## Work to complete
Return the lines below that carry the word "IFCMATERIALLAYERSET".

## Task input
--------

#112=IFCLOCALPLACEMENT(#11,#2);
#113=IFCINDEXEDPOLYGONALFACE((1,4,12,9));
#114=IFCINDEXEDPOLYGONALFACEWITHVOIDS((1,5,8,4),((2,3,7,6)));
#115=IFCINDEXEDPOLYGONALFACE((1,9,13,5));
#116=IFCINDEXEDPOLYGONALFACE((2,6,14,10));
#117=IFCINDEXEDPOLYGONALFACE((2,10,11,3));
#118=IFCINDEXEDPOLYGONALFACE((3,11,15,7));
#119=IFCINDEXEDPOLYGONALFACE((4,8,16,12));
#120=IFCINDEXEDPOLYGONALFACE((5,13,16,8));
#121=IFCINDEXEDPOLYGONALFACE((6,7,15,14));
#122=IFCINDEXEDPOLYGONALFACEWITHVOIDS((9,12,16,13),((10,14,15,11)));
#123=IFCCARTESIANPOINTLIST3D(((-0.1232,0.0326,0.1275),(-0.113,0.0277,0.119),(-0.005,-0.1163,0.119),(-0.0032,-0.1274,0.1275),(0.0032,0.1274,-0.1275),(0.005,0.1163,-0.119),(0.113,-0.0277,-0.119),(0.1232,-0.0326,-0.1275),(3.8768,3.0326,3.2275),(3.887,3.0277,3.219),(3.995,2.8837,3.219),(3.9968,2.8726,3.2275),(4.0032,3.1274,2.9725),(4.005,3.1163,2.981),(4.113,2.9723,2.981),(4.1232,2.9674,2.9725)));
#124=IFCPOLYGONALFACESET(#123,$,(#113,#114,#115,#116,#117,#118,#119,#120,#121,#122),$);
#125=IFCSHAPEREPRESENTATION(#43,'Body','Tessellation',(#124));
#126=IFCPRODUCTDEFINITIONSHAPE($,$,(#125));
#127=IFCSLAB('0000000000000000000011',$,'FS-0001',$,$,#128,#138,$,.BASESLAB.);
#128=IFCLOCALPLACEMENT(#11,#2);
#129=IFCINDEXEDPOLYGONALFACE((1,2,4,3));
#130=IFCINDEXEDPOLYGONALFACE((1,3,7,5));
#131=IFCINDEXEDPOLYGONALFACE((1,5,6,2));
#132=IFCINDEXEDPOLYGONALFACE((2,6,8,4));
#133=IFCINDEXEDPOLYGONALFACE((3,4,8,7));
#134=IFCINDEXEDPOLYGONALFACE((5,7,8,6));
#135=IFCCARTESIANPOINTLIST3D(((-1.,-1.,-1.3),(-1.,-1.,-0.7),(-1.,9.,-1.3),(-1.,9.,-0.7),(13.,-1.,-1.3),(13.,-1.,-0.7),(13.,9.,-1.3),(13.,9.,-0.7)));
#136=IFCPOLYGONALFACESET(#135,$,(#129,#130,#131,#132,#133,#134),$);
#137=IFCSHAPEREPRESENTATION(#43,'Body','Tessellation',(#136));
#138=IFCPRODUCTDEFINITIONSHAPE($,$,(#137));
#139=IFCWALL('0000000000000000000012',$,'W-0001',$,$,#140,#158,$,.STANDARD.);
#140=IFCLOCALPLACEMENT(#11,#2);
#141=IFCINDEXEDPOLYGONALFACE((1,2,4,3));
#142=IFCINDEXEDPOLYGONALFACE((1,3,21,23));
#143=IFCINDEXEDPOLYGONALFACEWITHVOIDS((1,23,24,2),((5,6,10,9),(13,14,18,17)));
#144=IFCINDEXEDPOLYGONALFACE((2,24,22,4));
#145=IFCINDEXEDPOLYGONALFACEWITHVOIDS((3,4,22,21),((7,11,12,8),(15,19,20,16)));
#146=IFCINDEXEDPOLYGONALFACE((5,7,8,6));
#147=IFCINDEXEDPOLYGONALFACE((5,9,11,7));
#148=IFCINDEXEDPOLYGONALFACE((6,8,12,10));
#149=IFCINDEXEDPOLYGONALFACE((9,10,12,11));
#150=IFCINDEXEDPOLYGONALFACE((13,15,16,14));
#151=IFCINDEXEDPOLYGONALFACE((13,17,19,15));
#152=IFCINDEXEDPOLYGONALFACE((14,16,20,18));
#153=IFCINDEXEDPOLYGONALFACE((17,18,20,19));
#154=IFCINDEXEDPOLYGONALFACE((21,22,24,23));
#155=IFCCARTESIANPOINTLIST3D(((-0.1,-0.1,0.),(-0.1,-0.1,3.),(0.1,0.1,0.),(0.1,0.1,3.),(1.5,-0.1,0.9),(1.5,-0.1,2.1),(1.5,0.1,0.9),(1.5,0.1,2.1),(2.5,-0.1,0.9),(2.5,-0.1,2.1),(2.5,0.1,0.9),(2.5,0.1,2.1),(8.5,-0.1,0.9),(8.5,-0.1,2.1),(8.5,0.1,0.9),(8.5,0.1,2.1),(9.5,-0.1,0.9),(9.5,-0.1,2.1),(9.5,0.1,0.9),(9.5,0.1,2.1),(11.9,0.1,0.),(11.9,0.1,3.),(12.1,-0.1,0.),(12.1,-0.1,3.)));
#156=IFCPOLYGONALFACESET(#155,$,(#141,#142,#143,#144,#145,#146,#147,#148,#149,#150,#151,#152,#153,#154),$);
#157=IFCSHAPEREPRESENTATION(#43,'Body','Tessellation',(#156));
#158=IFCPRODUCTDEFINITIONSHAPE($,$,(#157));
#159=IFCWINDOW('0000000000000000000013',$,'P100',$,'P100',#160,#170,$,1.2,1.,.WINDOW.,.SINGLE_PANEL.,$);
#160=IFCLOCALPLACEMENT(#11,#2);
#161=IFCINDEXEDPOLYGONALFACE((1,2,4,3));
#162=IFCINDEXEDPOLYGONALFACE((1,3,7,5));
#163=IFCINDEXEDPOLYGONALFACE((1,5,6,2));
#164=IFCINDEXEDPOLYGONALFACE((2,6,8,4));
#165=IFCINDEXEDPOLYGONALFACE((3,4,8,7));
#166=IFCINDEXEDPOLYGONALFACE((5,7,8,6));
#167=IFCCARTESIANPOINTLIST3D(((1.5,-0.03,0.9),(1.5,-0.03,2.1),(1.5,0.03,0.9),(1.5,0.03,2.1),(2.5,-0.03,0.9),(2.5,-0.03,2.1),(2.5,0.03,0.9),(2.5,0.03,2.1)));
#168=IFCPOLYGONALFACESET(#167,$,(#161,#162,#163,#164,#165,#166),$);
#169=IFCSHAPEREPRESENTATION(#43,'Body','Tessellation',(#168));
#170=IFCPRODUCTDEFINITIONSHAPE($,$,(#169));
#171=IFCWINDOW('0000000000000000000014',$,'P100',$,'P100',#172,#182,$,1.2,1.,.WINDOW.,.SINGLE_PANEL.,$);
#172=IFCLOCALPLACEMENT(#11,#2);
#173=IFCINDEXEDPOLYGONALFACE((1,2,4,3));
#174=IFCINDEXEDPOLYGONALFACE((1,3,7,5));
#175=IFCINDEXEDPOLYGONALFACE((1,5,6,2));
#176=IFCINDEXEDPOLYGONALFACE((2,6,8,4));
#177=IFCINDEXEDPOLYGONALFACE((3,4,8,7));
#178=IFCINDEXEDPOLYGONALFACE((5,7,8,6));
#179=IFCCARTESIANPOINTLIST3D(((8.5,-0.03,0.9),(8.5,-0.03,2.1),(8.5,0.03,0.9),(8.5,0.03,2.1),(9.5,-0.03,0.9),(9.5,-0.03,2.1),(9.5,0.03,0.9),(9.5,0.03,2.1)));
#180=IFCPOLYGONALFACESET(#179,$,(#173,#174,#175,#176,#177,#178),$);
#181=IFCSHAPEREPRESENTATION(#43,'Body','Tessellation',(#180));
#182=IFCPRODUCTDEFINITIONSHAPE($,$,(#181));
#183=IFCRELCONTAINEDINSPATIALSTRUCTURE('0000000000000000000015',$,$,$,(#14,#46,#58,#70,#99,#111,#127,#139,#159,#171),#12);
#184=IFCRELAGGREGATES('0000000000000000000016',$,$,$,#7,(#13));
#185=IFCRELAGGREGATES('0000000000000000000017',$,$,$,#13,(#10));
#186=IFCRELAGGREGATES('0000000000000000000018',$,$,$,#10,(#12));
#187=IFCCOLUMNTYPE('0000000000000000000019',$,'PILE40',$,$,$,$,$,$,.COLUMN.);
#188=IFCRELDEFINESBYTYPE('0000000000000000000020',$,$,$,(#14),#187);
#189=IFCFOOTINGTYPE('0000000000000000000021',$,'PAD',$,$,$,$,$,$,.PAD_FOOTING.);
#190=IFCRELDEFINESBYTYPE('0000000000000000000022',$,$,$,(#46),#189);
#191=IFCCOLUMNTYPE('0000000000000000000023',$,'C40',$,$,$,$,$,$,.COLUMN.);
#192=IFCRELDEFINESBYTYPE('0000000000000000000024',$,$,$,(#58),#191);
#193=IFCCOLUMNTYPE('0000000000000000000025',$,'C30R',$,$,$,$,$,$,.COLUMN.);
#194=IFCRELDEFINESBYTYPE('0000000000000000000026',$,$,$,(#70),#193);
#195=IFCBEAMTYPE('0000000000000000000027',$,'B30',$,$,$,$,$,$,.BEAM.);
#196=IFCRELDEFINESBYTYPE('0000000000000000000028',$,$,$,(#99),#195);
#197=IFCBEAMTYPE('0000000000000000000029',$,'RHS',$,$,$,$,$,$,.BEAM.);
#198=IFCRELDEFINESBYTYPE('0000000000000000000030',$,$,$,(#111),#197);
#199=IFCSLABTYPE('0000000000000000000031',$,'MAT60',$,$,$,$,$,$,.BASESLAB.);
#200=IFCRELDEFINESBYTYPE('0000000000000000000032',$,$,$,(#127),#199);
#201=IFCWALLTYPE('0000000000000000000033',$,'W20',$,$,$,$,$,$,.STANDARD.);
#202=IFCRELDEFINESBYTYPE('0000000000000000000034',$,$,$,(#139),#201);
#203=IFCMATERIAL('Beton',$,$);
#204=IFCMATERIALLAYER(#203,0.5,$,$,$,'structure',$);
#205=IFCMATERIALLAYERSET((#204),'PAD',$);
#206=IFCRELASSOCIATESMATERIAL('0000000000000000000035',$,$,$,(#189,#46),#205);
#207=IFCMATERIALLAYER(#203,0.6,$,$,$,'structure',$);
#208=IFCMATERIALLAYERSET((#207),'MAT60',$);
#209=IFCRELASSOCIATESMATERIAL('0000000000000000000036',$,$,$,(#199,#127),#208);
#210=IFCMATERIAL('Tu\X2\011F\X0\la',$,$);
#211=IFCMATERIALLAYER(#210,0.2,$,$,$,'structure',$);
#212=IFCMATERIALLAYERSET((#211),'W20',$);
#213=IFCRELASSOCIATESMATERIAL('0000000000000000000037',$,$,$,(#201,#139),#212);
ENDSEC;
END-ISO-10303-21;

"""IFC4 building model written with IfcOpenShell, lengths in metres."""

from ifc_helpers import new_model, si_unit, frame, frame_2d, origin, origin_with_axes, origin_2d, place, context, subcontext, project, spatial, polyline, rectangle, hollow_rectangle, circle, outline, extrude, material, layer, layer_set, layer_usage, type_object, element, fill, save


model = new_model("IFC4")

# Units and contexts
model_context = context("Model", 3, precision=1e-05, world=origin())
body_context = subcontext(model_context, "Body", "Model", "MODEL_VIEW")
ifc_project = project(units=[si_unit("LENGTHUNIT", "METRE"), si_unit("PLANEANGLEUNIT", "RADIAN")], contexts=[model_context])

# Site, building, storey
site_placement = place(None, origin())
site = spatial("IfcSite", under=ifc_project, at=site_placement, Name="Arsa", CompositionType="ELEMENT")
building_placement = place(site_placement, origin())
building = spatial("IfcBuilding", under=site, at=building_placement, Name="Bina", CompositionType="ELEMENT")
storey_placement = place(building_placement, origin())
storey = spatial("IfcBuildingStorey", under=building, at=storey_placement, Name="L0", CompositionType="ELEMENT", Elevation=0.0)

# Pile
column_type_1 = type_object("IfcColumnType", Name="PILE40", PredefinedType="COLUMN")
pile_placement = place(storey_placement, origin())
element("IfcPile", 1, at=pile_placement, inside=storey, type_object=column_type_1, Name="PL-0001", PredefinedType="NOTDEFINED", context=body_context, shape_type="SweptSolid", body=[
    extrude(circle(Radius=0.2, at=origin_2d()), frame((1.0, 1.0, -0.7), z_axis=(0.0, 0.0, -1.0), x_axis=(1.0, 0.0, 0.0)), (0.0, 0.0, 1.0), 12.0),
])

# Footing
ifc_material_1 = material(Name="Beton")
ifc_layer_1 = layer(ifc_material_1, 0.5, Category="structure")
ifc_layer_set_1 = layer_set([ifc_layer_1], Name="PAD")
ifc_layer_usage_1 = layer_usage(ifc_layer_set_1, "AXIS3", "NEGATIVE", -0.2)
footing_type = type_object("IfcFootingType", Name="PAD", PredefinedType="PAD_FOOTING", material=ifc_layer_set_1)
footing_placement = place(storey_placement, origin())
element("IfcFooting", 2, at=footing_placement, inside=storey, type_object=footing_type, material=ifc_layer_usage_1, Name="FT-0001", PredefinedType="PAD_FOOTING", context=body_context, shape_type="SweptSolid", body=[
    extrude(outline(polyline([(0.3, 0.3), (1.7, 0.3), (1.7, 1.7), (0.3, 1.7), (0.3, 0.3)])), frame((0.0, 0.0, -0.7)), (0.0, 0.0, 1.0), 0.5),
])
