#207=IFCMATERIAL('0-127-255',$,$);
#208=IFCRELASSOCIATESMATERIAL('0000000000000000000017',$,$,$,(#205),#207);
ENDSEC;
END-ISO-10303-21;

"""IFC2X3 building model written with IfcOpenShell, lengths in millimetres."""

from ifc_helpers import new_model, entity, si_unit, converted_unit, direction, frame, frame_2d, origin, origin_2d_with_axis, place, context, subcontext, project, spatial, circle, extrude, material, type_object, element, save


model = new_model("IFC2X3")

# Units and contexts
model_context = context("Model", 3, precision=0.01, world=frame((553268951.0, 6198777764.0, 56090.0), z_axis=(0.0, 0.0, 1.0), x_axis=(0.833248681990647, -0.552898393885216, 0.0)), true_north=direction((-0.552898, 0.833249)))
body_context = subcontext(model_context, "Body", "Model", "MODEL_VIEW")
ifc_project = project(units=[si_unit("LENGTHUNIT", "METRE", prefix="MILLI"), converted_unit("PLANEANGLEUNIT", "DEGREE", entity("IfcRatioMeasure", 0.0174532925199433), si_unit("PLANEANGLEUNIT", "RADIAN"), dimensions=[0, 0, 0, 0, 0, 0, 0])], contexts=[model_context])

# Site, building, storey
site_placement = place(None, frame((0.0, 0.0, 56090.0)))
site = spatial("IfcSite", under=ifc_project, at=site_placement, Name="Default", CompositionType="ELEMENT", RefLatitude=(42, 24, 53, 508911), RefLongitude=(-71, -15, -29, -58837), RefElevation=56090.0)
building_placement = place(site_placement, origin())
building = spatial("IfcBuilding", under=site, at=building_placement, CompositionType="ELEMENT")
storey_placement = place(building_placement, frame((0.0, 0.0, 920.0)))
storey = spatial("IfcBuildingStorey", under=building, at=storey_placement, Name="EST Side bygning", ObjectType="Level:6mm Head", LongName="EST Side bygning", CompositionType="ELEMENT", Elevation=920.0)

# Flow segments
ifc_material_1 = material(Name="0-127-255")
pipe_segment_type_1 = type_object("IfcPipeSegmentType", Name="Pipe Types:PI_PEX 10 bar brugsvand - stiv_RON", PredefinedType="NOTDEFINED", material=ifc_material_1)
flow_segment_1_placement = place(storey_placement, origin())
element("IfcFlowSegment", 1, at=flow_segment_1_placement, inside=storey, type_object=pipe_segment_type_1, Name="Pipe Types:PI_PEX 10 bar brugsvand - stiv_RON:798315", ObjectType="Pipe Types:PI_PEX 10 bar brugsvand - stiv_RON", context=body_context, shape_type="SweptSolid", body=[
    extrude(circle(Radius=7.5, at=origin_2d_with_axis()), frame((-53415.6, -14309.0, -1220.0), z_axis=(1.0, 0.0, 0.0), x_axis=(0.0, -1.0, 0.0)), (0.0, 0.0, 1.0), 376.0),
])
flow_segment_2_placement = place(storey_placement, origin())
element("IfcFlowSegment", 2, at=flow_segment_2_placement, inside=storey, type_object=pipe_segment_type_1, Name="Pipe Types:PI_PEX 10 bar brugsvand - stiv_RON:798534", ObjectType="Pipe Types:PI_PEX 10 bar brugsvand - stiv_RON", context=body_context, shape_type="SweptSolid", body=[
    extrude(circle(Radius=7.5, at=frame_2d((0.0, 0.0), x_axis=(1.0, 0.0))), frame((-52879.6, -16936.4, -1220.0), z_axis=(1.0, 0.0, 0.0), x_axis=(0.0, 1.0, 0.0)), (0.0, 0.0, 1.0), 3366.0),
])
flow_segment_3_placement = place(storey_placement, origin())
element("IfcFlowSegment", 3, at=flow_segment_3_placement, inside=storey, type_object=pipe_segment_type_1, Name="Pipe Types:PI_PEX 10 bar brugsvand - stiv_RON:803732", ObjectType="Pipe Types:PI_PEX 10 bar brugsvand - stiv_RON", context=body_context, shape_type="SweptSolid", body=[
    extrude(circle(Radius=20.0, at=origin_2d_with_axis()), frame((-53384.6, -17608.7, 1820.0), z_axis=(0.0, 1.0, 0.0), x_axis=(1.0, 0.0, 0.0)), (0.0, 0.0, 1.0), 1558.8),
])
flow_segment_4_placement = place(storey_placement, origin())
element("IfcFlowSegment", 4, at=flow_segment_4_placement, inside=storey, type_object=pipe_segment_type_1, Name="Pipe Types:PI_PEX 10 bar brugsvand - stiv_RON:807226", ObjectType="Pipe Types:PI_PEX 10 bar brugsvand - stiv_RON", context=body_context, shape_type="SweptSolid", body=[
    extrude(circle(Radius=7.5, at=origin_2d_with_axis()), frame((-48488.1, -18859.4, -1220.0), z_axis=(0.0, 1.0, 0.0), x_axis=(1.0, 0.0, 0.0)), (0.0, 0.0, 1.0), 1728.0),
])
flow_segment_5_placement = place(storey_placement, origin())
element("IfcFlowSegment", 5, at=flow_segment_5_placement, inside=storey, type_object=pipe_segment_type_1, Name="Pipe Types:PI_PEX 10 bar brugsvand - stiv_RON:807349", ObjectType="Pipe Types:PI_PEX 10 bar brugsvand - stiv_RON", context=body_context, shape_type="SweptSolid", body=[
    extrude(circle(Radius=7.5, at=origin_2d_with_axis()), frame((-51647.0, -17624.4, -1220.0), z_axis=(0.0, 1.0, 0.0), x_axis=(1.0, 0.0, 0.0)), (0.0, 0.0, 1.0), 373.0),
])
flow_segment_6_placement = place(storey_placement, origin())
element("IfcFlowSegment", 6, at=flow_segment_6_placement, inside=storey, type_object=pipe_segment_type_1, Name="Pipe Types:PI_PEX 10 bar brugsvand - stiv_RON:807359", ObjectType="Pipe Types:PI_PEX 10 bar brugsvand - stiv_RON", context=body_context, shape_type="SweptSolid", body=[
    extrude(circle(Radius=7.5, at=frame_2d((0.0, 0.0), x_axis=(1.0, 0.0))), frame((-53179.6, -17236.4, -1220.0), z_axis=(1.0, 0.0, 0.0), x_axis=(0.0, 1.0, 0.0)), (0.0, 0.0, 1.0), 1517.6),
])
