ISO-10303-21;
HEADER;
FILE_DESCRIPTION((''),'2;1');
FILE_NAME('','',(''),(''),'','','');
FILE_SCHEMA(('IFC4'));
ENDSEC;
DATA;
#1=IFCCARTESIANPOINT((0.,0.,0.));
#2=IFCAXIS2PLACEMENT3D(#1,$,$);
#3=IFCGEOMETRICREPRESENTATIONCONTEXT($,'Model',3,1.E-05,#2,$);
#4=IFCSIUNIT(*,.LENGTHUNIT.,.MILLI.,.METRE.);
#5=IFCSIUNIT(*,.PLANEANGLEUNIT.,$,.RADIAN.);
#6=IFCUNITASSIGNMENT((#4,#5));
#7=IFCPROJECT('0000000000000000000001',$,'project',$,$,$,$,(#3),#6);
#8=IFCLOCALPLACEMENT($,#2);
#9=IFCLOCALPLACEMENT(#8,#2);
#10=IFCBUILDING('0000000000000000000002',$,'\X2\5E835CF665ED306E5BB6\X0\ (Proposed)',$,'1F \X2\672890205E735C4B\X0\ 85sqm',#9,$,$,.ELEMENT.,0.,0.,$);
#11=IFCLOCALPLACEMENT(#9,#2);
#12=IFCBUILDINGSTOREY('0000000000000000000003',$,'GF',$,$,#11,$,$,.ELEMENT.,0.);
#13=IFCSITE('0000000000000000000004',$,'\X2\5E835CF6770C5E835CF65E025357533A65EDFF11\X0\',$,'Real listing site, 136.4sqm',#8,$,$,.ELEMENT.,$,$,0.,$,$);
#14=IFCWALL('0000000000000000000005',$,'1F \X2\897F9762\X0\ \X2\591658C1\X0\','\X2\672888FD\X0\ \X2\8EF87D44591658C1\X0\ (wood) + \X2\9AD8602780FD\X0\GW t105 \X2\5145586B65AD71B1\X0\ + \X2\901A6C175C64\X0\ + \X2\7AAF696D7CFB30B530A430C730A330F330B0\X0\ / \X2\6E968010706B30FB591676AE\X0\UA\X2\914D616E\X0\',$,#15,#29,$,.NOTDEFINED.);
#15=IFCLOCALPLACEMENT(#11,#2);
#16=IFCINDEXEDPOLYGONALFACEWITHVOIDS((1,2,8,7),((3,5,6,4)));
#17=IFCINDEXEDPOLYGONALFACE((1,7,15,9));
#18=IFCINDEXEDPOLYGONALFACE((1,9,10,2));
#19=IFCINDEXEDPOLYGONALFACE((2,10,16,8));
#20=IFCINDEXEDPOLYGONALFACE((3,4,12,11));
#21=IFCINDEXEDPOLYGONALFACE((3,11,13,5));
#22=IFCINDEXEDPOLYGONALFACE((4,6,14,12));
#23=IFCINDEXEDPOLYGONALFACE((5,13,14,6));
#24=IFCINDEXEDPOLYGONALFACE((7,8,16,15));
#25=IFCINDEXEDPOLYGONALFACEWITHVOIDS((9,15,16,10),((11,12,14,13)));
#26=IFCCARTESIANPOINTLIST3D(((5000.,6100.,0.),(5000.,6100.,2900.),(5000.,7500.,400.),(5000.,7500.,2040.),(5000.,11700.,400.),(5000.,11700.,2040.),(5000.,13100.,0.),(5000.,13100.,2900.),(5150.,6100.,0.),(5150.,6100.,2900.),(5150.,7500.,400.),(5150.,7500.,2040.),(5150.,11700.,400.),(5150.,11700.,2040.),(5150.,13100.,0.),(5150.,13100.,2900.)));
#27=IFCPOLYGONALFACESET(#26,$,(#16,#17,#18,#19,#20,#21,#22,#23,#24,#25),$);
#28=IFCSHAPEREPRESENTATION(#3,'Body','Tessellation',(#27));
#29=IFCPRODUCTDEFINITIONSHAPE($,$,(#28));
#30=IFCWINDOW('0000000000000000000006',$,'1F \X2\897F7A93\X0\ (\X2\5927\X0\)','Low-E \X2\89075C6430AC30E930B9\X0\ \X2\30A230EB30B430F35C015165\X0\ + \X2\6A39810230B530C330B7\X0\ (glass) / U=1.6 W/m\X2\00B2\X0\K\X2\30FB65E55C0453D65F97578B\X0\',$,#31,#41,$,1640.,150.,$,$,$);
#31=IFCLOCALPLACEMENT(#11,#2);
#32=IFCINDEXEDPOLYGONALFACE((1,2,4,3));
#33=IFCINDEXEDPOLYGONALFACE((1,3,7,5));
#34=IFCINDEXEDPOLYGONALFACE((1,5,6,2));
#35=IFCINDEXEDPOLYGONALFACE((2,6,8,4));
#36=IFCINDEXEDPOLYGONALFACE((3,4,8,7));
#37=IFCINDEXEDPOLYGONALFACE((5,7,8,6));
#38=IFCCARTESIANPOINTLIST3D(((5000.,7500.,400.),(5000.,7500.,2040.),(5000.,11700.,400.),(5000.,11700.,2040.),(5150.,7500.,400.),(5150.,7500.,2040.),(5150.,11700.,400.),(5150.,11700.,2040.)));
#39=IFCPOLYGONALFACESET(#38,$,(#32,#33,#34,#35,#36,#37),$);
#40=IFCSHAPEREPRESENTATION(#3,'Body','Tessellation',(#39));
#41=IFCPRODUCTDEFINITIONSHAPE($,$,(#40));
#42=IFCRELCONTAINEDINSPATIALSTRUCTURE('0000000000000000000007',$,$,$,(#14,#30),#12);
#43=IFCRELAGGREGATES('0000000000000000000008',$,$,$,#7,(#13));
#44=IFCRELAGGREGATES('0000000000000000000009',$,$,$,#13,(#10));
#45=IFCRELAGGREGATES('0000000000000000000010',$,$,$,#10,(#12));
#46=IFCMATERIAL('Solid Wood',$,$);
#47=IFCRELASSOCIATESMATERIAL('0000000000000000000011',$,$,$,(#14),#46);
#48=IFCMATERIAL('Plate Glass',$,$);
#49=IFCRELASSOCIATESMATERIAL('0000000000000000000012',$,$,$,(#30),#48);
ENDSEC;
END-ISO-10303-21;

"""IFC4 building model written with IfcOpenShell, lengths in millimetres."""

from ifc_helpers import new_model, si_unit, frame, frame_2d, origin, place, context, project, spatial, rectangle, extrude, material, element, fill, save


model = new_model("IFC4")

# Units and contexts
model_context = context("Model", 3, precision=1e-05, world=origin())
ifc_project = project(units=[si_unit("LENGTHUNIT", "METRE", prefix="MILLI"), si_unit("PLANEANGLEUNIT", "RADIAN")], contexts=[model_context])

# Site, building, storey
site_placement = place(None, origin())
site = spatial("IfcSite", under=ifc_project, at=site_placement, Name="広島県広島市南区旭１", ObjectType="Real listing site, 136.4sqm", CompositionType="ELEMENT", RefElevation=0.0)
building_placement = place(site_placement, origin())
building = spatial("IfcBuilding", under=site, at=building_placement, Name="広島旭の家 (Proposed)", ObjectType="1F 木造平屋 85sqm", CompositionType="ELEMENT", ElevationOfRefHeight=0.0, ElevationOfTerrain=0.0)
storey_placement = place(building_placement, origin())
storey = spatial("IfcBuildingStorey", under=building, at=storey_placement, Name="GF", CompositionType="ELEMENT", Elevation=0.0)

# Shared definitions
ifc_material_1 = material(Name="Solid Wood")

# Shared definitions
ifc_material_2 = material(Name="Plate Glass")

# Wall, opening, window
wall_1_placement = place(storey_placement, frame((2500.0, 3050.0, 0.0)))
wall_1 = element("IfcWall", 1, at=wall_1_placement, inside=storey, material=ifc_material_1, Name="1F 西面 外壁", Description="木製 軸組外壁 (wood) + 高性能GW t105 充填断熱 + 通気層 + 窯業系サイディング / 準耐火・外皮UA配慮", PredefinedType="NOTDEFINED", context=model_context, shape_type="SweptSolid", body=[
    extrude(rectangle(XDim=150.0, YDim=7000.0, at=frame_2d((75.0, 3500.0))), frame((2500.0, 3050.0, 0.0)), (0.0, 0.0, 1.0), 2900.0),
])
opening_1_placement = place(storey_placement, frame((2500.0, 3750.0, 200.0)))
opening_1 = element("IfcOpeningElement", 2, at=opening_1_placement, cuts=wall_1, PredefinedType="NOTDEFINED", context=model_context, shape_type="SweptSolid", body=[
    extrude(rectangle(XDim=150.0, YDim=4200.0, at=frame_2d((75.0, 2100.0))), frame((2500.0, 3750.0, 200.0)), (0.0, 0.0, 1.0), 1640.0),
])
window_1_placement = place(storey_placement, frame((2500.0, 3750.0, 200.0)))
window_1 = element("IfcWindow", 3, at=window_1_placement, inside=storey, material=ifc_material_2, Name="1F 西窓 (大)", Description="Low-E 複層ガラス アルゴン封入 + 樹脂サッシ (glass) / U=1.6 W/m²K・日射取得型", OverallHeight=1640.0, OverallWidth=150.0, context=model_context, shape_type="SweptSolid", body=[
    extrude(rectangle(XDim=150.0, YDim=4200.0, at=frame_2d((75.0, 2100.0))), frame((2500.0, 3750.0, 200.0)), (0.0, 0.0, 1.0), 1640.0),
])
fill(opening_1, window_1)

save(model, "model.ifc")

--------

## Exercise answer
#205=IFCMATERIALLAYERSET((#204),'PAD',$);
#208=IFCMATERIALLAYERSET((#207),'MAT60',$);
#212=IFCMATERIALLAYERSET((#211),'W20',$);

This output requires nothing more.